Checklist or steps (non-advisory)
Elements of an ethically structured research project:
- Protocol pre-registration — hypothesis, analysis plan, and primary outcomes registered with an independent registry (e.g., OSF Registries, ClinicalTrials.gov) before data collection begins.
- IRB or ethics committee review — applicable for any study involving human subjects; documentation of approval retained for the study record.
- Informed consent documentation — participants receive and sign consent forms meeting the 8 basic elements required under 45 CFR §46.116.
- Conflict of interest disclosure — funding sources, financial relationships, and potential conflicts disclosed to the institution, journal, and participants as applicable.
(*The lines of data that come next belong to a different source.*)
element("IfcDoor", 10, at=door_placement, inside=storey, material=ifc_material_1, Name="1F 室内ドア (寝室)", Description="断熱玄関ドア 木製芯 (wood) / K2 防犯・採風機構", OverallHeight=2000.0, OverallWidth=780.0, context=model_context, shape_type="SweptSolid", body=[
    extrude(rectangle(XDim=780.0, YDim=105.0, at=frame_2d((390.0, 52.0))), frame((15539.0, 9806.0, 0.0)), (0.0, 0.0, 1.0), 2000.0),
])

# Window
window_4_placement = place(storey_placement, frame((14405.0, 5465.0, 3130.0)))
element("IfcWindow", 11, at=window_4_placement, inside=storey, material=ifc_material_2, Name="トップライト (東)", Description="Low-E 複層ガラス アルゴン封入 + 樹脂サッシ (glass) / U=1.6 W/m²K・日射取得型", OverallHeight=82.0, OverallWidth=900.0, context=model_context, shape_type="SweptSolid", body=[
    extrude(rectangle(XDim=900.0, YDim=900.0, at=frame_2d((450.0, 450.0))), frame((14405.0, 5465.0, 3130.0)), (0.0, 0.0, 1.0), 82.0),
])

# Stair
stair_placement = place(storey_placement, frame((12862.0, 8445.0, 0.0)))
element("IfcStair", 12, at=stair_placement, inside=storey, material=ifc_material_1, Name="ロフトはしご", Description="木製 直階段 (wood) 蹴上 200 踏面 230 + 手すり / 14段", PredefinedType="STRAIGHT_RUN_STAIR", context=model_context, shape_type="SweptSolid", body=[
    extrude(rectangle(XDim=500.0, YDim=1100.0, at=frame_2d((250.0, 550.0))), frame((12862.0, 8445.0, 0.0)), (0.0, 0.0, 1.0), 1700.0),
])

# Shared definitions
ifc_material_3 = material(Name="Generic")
- Data management plan — specifies storage formats, retention periods, access controls, and sharing timelines per funder requirements.
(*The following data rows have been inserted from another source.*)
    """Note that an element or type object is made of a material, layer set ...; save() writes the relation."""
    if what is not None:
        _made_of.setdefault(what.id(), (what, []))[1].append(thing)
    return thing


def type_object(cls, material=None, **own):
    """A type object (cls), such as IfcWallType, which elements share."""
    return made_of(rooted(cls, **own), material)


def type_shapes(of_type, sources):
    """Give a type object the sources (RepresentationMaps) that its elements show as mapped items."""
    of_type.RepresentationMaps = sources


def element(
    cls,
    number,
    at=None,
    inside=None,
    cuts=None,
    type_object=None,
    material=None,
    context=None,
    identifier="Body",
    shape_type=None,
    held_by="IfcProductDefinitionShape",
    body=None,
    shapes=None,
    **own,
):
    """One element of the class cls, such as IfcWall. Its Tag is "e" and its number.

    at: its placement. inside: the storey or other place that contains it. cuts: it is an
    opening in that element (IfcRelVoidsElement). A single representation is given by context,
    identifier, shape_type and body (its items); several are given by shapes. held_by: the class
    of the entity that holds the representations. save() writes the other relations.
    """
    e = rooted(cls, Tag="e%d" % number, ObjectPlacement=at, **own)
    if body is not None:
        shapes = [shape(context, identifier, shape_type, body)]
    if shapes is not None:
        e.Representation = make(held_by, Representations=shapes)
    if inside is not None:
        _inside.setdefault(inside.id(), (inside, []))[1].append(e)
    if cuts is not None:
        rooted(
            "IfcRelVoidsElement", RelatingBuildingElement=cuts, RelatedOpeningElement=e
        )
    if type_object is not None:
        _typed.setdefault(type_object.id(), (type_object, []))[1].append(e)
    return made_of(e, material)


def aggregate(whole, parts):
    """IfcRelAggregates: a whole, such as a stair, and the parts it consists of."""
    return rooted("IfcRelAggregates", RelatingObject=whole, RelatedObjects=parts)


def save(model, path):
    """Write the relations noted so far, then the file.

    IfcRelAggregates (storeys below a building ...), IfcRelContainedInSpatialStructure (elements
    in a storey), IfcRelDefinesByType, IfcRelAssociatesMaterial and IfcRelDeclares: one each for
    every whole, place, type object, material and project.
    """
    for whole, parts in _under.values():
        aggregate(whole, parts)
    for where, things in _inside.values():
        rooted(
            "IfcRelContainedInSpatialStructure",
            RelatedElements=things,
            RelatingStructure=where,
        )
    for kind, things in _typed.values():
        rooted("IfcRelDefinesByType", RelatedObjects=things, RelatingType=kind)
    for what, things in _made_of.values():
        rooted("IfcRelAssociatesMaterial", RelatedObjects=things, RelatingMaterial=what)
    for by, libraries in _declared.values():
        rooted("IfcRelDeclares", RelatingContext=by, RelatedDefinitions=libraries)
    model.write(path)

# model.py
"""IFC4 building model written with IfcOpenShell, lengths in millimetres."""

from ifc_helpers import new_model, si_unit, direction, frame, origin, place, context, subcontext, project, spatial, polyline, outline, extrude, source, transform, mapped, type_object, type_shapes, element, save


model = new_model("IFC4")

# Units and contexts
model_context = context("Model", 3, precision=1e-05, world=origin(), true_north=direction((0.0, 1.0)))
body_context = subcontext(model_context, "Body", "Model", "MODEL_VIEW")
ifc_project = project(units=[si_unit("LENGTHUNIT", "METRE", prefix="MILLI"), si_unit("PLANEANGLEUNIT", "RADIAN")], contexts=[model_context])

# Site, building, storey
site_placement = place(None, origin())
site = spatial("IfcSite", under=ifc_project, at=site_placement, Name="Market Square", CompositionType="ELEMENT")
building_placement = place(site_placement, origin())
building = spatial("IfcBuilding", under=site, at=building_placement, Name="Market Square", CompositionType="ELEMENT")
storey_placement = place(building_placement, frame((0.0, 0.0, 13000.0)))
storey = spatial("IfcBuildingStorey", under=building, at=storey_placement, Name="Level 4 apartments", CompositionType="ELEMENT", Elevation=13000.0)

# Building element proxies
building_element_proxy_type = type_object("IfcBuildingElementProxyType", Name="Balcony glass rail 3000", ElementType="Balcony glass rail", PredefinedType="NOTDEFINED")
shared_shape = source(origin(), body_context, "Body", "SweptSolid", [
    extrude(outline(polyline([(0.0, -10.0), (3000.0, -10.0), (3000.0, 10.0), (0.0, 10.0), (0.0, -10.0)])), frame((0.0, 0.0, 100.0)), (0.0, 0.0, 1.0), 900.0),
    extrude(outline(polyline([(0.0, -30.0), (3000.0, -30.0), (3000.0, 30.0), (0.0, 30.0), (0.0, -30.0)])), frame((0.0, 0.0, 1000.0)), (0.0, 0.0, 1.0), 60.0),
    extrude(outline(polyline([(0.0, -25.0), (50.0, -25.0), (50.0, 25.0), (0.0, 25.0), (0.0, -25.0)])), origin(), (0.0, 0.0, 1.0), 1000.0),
- Blinding and randomization procedures — documented in the methods section; deviations recorded with justification.
- Statistical analysis plan finalized — primary and secondary endpoints, planned covariates, and subgroup analyses specified before unblinding.
- Authorship criteria verified — all verified authors meet the ICMJE criteria: substantial contribution, drafting/revision, final approval, and accountability.
- Data availability statement — included in published manuscript specifying where data can be accessed and under what conditions.
- Corrections and retractions — if errors are identified post-publication, correction or retraction initiated through the journal within a documented timeframe.
Reference table or matrix
Classification of research ethics violations by severity and institutional response
| Category | Examples | Detection method | Institutional response | Federal consequence |
|---|---|---|---|---|
| Research misconduct (FFP) | Data fabrication, image manipulation, plagiarism | ORI investigation, institutional inquiry | Retraction, termination, debarment | Federal funding debarment (42 CFR Part 93) |
| Questionable Research Practices | P-hacking, HARKing, selective outcome reporting | Statistical audits, replication failure | Correction, post-publication scrutiny | Rarely triggered |
| Conflict of interest violations | Undisclosed industry funding, stock ownership | Disclosure review, whistleblower reports | Institutional sanctions, journal retraction | NIH/NSF enforcement possible |
| Human subjects violations | Missing IRB approval, inadequate consent | OHRP audit, participant complaint | Study suspension, institutional review | OHRP debarment, civil penalties |
| Animal welfare violations | Insufficient oversight, unapproved procedures | IACUC review, USDA inspection | Protocol suspension, funding removal | AWA penalties, funding loss |
| Authorship misconduct | Ghost authorship, gift authorship | Reviewer challenge, author dispute | Journal correction, reputational damage | No direct federal mechanism |
The broader ecosystem of scientific ethics — from the design of individual studies to the institutional frameworks that govern entire research programs — is part of what the National Science Authority examines across its reference content on scientific research. Foundational questions about how bias enters research design and methodology, how the peer review process functions under real-world constraints, and how diversity and inclusion in research shapes whose questions get asked and whose perspectives shape analysis are all interconnected with the integrity principles described here.